On the other hand, I know that bibliophobes will feel no sadness over the loss of Borders.
(“I don’t care if 10,700 employees get put out of a job by virtual retailers. Those bookworms should have had a real man’s job anyway. What do I do for a living? I haul bricks and mortar. Uh oh…”)
I hope that mom-and-pop bookshop proprietors won’t gloat too much over the ill fortunes of the mass marketer.
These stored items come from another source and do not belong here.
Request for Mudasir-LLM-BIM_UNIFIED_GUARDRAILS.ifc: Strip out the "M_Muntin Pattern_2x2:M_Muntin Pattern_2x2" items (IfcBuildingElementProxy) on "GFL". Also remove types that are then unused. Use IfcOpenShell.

First a look at what the model holds.

```python
import ifcopenshell
import ifcopenshell.util.element

model = ifcopenshell.open("Mudasir-LLM-BIM_UNIFIED_GUARDRAILS.ifc")
print(model.schema)
storey = next(s for s in model.by_type("IfcBuildingStorey") if s.Name == "GFL")
proxies = [e for e in ifcopenshell.util.element.get_decomposition(storey) if e.is_a("IfcBuildingElementProxy")]
seen = {}
for e in proxies:
    element_type = ifcopenshell.util.element.get_type(e)
    name = element_type.Name if element_type not in (None, e) else None
    seen[name] = seen.get(name, 0) + 1
for name, count in sorted(seen.items(), key=str):
    print(count, "x", name)
```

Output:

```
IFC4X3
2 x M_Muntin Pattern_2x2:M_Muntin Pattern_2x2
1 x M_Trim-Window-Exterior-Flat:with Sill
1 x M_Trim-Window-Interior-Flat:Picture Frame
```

```python
import ifcopenshell
import ifcopenshell.api.root
import ifcopenshell.util.element

model = ifcopenshell.open("Mudasir-LLM-BIM_UNIFIED_GUARDRAILS.ifc")

storey = next(s for s in model.by_type("IfcBuildingStorey") if s.Name == "GFL")
proxies = [e for e in ifcopenshell.util.element.get_decomposition(storey) if e.is_a("IfcBuildingElementProxy")]
targets = [e for e in proxies if (t := ifcopenshell.util.element.get_type(e)) not in (None, e) and t.Name == "M_Muntin Pattern_2x2:M_Muntin Pattern_2x2"]
types = {ifcopenshell.util.element.get_type(e) for e in targets} - {None, *targets}

for e in targets:
    ifcopenshell.api.root.remove_product(model, product=e)
print(len(targets), "removed")

unused = [t for t in types if not ifcopenshell.util.element.get_types(t)]
for t in unused:
    ifcopenshell.api.root.remove_product(model, product=t)
print(len(unused), "unused types removed")

model.write("Mudasir-LLM-BIM_UNIFIED_GUARDRAILS_rev.ifc")
```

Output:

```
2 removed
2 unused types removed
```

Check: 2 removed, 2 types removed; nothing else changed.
When you regale first-time shoppers with stuff like “That reminds of an amusing story about Willa Cather’s literary agent’s brother-in-law and how he responded to his supposed case of plantar warts…,” it sort of explains all the dust in the store.
The 40-year-old Borders chain has faced insurmountable odds, such as the rapidly changing book industry, the e-reader revolution, the turbulent economy and the fact that “the naughty librarian” still conjures better adolescent images than “the naughty second-shift clerk who operates the cash register when she’s not at her other job cleaning out bird cages.”
Borders was too slow to compete with TV and the Internet. They should’ve restructured their categories to include “History (of Casey Anthony),” “How To (Get Even More News of Casey Anthony),” and “Mystery (Of Why William and Kate Don’t Lock In Casey Anthony As A Future Nanny”).
I will grant you that online communities of book purchasers do have certain advantages.
For some reason, I’m always squeamish around a patron who has just laid down a copy of “The Complete Idiot’s Guide To Curing Highly Contagious Flesh-Eating Viruses – Fast!”
Sure, Barnes & Noble and other competitors will snap up the prime Borders locations, but many malls and communities will be left without a single major bookseller. Many consumers will drift into spending their money on something else.
I dread living in a cold, gray world where public speakers rave, “That hideous necktie opened up whole new worlds for me…”
My son (7-year-old Gideon) recently opined that he prefers ink-and-paper books to their electronic counterparts. 
The way things are going, it looks as though his generation will be the last to view physical books as anything but relics. Don’t give in to the sound bites and the tweets. Nurture in your children and grandchildren a love for turning pages and hobnobbing face-to-face with fellow booklovers.
I started with Johnny Cash, so maybe I should close by evoking the musical “Camelot.”
“Don’t let it be forgot/That once there was a spot/For one brief shining moment that was known/As a bookstore parking lot.”